The Phony Campaign

2015-05-03 Update

[phony baloney]

The geniuses at PredictWise have judged Martin O'Malley with a 2% shot of being our next president, which is good enough to welcome him back to our phony table. And he slides into a comfortable third place, behind Jeb and Hillary:

Query String Hit Count Change Since
2015-04-26
"Jeb Bush" phony 760,000 -219,000
"Hillary Clinton" phony 419,000 -25,000
"Martin O'Malley" phony 304,000 ---
"Rand Paul" phony 179,000 -16,000
"Joe Biden" phony 142,000 -2,000
"Marco Rubio" phony 113,000 -10,000
"Scott Walker" phony 109,000 -3,000
"Elizabeth Warren" phony 79,200 -3,800

Not in the PredictWise table at all: Carly Fiorina, Mike Huckabee, Bernie Sanders.

  • Kevin D. Williamson reminds us what Elizabeth Warren's inflamed Wall-Street-vs.-Main-Street rhetoric boils down to: getting into bed with lobbyists, dispensing billions of dollars worth of favors to those with the right political connections.

    And, if you are paying attention, you should expect that from Senator Warren, too. She is not what she pretends to be.

    For another data point, see her support for the Export-Import Bank.

  • Okay, Ted Cruz doesn't show up in our table (yet?), but Mickey Kaus's analysis of his shifty position on immigration is worth a read for those who think he's above all the phoniness. In 2013 he proposed a "middle ground" amendment to the "Gang of Eight" immigration bill that would grant amnesty and work permits to illegals but no "path to citizenship".

    But now Cruz claims his amendment was designed to fail, a parliamentary trick to demonstrate that advocates were only interested in eventual citizenship for illegals.

    But as near as anyone can tell, that's not something Cruz was saying back in 2013. Mickey speculates:

    The really annoying thing about Cruz is the air he gives that he’s so smart, he’s figured it all out and everyone else hasn’t. He gave that impression to the NYT in 2013. His team gives that impression […] now. But if you combine those two impressions you’re left with the sense that Cruz is hiding the ball, trying to please everyone at the expense of clarity, like any standard pol.

    I like Cruz, but I try to avoid the illusion that he walks on water.

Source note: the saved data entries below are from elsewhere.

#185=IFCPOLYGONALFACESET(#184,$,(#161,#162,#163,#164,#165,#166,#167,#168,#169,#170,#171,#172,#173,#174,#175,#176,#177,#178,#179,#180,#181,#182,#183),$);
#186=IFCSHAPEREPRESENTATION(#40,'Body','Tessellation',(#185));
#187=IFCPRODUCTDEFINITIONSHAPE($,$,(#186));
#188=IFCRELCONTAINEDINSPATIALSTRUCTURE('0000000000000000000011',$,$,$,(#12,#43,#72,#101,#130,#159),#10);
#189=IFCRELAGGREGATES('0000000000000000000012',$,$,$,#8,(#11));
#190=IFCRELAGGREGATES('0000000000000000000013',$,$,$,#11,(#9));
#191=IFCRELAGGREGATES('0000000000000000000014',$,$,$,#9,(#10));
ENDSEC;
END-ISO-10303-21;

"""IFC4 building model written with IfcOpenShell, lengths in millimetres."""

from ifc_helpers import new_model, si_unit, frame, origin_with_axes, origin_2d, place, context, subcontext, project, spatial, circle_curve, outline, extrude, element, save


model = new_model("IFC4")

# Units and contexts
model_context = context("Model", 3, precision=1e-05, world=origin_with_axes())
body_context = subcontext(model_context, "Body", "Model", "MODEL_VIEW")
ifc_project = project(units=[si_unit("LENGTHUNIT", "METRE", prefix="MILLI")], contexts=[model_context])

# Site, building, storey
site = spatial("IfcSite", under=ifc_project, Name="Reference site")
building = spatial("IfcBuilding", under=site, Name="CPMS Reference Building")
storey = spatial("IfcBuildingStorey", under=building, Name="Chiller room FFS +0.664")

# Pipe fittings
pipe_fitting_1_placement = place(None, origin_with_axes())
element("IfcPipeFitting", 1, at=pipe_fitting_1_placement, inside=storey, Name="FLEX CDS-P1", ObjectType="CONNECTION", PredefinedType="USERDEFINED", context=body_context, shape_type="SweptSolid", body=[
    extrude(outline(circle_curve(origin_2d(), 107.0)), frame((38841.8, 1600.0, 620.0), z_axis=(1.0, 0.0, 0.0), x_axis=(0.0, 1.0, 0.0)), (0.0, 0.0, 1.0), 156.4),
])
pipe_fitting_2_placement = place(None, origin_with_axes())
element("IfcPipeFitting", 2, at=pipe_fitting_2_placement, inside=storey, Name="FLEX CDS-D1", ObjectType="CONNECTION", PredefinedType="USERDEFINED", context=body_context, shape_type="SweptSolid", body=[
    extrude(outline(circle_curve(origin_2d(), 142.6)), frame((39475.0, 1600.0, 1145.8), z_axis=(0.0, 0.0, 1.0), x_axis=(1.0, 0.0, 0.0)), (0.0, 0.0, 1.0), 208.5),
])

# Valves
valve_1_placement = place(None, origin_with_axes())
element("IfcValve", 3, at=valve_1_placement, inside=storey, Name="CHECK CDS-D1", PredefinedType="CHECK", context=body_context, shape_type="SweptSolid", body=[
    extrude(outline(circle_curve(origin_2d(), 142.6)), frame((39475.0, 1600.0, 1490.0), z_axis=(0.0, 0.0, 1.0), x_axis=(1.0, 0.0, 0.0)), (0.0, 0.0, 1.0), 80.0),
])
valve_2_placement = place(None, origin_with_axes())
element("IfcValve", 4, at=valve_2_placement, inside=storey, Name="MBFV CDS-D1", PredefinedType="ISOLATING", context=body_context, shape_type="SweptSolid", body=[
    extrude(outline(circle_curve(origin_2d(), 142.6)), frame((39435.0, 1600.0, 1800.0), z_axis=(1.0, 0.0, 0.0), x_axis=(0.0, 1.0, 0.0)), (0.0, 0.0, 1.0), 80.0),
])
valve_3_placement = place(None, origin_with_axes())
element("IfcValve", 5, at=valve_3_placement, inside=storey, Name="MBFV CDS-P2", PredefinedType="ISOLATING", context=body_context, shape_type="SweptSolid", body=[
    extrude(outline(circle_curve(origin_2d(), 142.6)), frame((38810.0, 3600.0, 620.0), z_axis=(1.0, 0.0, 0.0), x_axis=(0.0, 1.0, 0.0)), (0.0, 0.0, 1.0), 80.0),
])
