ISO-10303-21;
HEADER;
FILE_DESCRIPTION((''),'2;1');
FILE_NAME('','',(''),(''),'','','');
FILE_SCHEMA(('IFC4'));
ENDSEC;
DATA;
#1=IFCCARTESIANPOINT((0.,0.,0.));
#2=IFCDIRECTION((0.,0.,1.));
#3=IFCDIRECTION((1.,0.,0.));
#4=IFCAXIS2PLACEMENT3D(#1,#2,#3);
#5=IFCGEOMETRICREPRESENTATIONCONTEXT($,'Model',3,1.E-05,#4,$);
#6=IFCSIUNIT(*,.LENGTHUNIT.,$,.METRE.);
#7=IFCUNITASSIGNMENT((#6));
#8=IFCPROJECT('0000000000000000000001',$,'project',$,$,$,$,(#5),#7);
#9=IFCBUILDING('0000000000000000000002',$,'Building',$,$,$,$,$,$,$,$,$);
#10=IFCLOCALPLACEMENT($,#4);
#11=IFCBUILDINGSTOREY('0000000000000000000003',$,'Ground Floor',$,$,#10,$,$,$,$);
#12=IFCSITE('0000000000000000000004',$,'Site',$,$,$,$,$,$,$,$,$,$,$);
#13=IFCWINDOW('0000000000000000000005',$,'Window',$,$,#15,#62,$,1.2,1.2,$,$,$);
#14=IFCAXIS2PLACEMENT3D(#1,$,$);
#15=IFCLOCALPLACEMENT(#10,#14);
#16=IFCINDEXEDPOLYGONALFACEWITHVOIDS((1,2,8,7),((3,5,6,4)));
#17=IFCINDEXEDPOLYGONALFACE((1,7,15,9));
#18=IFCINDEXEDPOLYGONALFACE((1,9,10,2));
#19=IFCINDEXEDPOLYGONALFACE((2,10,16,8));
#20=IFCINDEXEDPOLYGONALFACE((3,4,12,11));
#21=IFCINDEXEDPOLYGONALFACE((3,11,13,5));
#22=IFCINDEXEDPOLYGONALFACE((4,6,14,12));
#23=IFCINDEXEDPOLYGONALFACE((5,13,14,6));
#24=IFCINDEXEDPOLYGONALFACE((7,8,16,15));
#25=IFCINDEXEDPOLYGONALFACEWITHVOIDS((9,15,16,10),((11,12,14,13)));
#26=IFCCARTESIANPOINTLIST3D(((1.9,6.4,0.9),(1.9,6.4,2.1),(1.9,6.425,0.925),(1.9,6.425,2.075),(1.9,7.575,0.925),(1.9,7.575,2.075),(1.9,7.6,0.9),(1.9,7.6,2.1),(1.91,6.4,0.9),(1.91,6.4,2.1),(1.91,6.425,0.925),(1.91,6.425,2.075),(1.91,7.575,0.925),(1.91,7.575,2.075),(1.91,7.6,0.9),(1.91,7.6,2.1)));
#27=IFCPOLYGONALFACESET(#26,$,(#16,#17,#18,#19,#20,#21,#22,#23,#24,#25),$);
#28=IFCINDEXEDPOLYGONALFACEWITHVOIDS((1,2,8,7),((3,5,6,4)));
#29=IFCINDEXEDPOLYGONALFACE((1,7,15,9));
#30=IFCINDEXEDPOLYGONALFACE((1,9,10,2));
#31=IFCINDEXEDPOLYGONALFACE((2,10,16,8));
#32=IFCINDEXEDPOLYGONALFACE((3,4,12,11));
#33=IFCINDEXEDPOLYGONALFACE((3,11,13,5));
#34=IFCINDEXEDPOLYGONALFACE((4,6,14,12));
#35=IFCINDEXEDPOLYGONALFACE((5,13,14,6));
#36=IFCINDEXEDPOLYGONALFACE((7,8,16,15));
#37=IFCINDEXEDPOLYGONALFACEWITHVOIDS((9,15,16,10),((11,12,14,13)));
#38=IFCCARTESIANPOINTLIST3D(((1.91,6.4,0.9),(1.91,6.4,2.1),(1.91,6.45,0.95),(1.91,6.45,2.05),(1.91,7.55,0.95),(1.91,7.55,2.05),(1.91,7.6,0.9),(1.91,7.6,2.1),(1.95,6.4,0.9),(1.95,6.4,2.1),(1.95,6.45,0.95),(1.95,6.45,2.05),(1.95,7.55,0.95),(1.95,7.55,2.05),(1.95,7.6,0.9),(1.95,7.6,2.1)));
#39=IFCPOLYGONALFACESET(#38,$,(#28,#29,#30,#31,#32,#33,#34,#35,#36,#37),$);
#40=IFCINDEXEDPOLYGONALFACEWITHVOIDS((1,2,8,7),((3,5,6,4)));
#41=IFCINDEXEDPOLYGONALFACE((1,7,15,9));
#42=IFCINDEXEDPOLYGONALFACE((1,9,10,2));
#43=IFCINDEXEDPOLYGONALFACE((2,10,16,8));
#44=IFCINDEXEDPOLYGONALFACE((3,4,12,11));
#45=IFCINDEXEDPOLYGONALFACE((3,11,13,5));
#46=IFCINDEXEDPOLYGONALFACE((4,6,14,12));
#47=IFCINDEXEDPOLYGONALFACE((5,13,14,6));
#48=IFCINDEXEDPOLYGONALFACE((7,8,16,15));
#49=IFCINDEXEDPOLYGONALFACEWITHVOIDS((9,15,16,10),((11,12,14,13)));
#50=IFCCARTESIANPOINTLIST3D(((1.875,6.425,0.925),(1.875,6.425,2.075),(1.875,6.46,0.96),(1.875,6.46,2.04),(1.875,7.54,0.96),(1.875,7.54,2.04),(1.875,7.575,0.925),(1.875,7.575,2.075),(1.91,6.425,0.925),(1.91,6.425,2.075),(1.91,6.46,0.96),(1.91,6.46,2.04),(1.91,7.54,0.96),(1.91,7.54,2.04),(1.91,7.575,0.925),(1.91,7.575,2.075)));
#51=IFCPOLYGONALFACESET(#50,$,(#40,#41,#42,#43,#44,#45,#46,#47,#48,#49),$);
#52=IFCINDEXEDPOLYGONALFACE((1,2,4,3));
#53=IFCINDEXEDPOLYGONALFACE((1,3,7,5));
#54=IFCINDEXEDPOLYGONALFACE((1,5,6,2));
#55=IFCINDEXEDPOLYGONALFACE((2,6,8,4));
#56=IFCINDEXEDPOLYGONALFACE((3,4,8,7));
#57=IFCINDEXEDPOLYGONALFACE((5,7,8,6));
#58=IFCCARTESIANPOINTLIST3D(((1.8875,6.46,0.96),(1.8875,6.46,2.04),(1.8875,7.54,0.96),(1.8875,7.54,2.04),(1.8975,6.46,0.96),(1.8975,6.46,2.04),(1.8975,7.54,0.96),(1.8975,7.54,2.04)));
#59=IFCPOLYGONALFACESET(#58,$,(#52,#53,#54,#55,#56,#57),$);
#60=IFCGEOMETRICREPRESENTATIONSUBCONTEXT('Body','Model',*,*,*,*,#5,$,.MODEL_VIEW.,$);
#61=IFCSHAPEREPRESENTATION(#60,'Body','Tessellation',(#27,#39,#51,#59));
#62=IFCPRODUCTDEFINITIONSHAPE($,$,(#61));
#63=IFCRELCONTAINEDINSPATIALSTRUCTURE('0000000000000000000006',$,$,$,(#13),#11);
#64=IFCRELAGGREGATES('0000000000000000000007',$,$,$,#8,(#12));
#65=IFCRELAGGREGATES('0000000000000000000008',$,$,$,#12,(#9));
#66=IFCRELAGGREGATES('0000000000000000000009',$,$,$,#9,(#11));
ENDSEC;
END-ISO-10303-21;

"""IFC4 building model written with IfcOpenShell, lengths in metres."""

from ifc_helpers import new_model, si_unit, frame, origin_with_axes, place, context, subcontext, project, spatial, line, indexed_curve, outline, extrude, element, save


model = new_model("IFC4")

# Units and contexts
model_context = context("Model", 3, precision=1e-05, world=origin_with_axes())
body_context = subcontext(model_context, "Body", "Model", "MODEL_VIEW")
ifc_project = project(units=[si_unit("LENGTHUNIT", "METRE")], contexts=[model_context])

# Site, building, storey
site = spatial("IfcSite", under=ifc_project, Name="Site")
building = spatial("IfcBuilding", under=site, Name="Building")
storey_placement = place(None, origin_with_axes())
storey = spatial("IfcBuildingStorey", under=building, at=storey_placement, Name="Ground Floor")

# Window
window_placement = place(storey_placement, frame((2.0, 6.4, 0.9), z_axis=(0.0, 0.0, 1.0), x_axis=(0.0, 1.0, 0.0)))
element("IfcWindow", 1, at=window_placement, inside=storey, Name="Window", OverallHeight=1.2, OverallWidth=1.2, context=body_context, shape_type="SweptSolid", body=[
    extrude(outline(indexed_curve([(0.0, 0.0), (1.2, 0.0), (1.2, 1.2), (0.0, 1.2)], segments=[line(1, 2, 3, 4, 1)]), holes=[indexed_curve([(0.025, 0.025), (1.175, 0.025), (1.175, 1.175), (0.025, 1.175)], segments=[line(1, 2, 3, 4, 1)])]), frame((0.0, 0.09, 0.0), z_axis=(0.0, -1.0, 0.0), x_axis=(1.0, 0.0, 0.0)), (0.0, 0.0, -1.0), 0.01),
    extrude(outline(indexed_curve([(0.0, 0.0), (1.2, 0.0), (1.2, 1.2), (0.0, 1.2)], segments=[line(1, 2, 3, 4, 1)]), holes=[indexed_curve([(0.05, 0.05), (1.15, 0.05), (1.15, 1.15), (0.05, 1.15)], segments=[line(1, 2, 3, 4, 1)])]), frame((0.0, 0.05, 0.0), z_axis=(0.0, -1.0, 0.0), x_axis=(1.0, 0.0, 0.0)), (0.0, 0.0, -1.0), 0.04),
    extrude(outline(indexed_curve([(0.0, 0.0), (1.15, 0.0), (1.15, 1.15), (0.0, 1.15)], segments=[line(1, 2, 3, 4, 1)]), holes=[indexed_curve([(0.035, 0.035), (1.115, 0.035), (1.115, 1.115), (0.035, 1.115)], segments=[line(1, 2, 3, 4, 1)])]), frame((0.025, 0.09, 0.025), z_axis=(0.0, -1.0, 0.0), x_axis=(1.0, 0.0, 0.0)), (0.0, 0.0, -1.0), 0.035),
    extrude(outline(indexed_curve([(0.035, 0.035), (1.115, 0.035), (1.115, 1.115), (0.035, 1.115)], segments=[line(1, 2, 3, 4, 1)])), frame((0.025, 0.1025, 0.025), z_axis=(0.0, -1.0, 0.0), x_axis=(1.0, 0.0, 0.0)), (0.0, 0.0, -1.0), 0.01),
])

save(model, "model.ifc")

  • As stated, Mike Huckabee is not on PredictWise's radar at all. But Allahpundit observes that he's making moves to announce on Tuesday, and notices some … differences between 2016 and his previous candidacy in his announcement video:

    What’s missing from this vid, though? It’s got plenty to offer the blue-collar Republicans whom Huckabee’s targeting — promises of wage growth, a solemn vow to protect America’s unsustainable entitlements, and a little saber-rattling at ISIS and other jihadi menaces. But … not a word about gay marriage, abortion, or religious liberty. The furthest he goes is noting that he’ll “lead with moral clarity” and that comes as a lead in to foreign policy.

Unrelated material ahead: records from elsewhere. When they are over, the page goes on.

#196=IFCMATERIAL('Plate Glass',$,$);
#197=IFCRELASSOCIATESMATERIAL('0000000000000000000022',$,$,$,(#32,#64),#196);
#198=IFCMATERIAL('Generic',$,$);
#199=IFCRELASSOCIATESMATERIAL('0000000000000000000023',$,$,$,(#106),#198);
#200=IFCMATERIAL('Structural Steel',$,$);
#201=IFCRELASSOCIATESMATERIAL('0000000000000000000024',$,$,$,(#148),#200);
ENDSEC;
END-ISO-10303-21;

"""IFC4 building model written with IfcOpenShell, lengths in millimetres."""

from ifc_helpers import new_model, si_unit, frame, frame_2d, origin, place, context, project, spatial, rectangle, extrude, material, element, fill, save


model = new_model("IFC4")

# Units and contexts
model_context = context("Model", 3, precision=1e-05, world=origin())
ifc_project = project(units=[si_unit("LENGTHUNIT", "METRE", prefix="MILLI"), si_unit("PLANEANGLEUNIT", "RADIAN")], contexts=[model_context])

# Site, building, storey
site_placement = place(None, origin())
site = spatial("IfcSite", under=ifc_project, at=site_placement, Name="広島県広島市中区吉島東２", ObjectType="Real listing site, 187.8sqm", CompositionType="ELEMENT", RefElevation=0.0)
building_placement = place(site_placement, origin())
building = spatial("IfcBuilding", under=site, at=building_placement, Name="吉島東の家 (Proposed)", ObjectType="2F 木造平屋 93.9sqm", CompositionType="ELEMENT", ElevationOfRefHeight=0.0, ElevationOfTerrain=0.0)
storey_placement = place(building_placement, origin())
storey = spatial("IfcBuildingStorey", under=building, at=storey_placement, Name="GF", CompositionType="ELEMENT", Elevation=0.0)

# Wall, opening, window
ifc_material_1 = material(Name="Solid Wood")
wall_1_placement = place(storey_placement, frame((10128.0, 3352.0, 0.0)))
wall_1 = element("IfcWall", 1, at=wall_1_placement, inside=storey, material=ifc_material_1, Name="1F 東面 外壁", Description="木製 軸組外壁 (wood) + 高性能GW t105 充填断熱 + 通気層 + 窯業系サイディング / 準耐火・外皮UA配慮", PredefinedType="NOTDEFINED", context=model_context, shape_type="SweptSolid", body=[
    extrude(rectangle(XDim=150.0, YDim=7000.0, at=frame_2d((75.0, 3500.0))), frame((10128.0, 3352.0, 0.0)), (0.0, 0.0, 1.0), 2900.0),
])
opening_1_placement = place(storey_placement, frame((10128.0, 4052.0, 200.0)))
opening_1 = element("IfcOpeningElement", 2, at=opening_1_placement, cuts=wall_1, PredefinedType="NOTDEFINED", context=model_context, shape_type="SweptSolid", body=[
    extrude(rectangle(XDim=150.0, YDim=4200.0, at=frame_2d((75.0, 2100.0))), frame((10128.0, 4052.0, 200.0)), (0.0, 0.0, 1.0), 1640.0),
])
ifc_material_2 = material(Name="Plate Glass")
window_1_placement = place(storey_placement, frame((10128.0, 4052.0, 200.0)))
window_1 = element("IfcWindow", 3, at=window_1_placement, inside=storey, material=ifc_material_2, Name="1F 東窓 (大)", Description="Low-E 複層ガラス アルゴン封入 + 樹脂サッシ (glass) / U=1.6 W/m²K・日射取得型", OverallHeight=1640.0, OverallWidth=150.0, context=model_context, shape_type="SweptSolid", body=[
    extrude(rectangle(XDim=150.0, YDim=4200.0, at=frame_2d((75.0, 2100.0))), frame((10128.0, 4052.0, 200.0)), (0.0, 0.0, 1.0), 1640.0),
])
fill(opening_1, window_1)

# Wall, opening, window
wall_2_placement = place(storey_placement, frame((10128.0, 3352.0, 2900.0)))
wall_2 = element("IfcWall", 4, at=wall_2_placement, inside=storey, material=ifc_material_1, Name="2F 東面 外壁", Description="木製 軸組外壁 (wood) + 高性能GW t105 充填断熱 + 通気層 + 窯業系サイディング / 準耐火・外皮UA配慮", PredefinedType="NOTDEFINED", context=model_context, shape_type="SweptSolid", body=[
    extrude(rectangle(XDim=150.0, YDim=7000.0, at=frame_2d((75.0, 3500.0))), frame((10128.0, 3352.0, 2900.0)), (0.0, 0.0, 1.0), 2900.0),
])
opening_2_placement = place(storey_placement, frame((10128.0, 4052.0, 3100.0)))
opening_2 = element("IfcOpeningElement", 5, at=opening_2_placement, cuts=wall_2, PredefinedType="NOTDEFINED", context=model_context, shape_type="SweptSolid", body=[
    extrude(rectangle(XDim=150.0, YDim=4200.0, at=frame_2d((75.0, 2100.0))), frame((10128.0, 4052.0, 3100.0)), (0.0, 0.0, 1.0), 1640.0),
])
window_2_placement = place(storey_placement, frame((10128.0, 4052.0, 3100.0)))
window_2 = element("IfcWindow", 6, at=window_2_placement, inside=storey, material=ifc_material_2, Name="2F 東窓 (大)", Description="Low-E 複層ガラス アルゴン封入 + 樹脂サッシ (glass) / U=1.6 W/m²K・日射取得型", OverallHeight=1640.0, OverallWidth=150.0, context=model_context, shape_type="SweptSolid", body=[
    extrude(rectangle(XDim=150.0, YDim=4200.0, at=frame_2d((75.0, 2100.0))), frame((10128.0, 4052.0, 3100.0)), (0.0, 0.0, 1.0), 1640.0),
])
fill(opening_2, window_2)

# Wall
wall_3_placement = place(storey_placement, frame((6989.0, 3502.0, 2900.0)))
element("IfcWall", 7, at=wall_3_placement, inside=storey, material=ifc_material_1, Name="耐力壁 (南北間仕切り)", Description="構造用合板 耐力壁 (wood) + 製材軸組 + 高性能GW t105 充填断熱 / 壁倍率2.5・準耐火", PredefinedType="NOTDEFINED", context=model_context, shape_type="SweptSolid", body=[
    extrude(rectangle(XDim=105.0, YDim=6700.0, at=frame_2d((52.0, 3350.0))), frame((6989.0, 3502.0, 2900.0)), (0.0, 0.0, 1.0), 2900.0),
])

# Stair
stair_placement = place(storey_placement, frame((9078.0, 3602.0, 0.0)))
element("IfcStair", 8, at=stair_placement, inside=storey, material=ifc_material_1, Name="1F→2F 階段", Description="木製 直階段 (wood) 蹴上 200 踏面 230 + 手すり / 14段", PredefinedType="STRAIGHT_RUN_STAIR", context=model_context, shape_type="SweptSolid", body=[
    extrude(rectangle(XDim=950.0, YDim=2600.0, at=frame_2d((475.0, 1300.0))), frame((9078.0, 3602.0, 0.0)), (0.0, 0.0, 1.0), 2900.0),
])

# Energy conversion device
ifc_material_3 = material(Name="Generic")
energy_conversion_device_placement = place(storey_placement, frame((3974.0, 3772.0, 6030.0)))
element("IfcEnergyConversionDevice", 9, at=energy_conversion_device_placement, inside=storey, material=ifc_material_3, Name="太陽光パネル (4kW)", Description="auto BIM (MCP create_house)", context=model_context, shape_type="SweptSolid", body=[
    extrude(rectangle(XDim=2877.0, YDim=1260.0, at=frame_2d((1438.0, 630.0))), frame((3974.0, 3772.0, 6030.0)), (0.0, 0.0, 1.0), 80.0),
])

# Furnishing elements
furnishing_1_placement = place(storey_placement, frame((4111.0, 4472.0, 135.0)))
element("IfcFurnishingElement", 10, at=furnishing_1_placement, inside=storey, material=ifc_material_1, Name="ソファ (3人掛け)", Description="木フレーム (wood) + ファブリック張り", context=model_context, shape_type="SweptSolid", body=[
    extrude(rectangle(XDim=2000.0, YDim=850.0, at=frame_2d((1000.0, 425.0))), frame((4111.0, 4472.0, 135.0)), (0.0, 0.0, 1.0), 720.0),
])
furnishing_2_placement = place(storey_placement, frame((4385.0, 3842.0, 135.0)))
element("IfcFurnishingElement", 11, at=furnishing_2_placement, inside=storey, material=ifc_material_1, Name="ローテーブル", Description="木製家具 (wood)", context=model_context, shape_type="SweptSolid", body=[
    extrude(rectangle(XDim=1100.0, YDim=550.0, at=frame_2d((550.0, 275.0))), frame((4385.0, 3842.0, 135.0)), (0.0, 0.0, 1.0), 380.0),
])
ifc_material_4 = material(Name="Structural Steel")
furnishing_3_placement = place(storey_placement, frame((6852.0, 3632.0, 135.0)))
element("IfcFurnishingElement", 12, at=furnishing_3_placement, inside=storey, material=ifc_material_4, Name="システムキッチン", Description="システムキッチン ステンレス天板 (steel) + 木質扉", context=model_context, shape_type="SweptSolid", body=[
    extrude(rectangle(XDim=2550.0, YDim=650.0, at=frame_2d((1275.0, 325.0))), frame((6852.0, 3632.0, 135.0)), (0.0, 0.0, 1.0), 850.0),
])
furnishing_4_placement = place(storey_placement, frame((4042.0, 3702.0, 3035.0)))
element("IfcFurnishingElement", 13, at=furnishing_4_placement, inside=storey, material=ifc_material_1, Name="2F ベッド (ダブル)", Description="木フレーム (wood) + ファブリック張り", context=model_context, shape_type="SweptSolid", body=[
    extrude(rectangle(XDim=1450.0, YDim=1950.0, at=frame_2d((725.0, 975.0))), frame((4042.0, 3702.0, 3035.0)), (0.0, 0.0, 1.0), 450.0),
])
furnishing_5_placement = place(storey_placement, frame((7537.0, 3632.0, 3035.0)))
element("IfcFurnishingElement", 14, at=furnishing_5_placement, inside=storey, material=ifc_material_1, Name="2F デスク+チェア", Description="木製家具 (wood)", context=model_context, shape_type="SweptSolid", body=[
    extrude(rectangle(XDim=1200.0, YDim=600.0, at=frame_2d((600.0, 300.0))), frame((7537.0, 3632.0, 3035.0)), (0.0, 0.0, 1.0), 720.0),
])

    I thought Huckabee was a nice, decent guy back in 2008, but (like many conservatives and nearly all libertarians) thought he would have made a disastrous president. Seems to have his phoniness credentials down pat, though.

  • What? No Hillary this week? Fear not:

    You know Hillary Clinton’s voice, right? I mean, you know it. It’s just so loud and annoying. Or maybe it's like a nagging wife. Or inauthentic—that phony Southern accent! Those flat Midwestern vowels! Whatever it is, her voice is burned into your brain.

    But that's just the lead paragraph of "Why Do So Many People Hate the Sound of Hillary Clinton's Voice?" at The New Republic, a purportedly science-based look at the speaking styles of various candidates. (There are sciencey graphs with "percentiles" and "Hz" on the axes, so that's not as implausible as it could be.)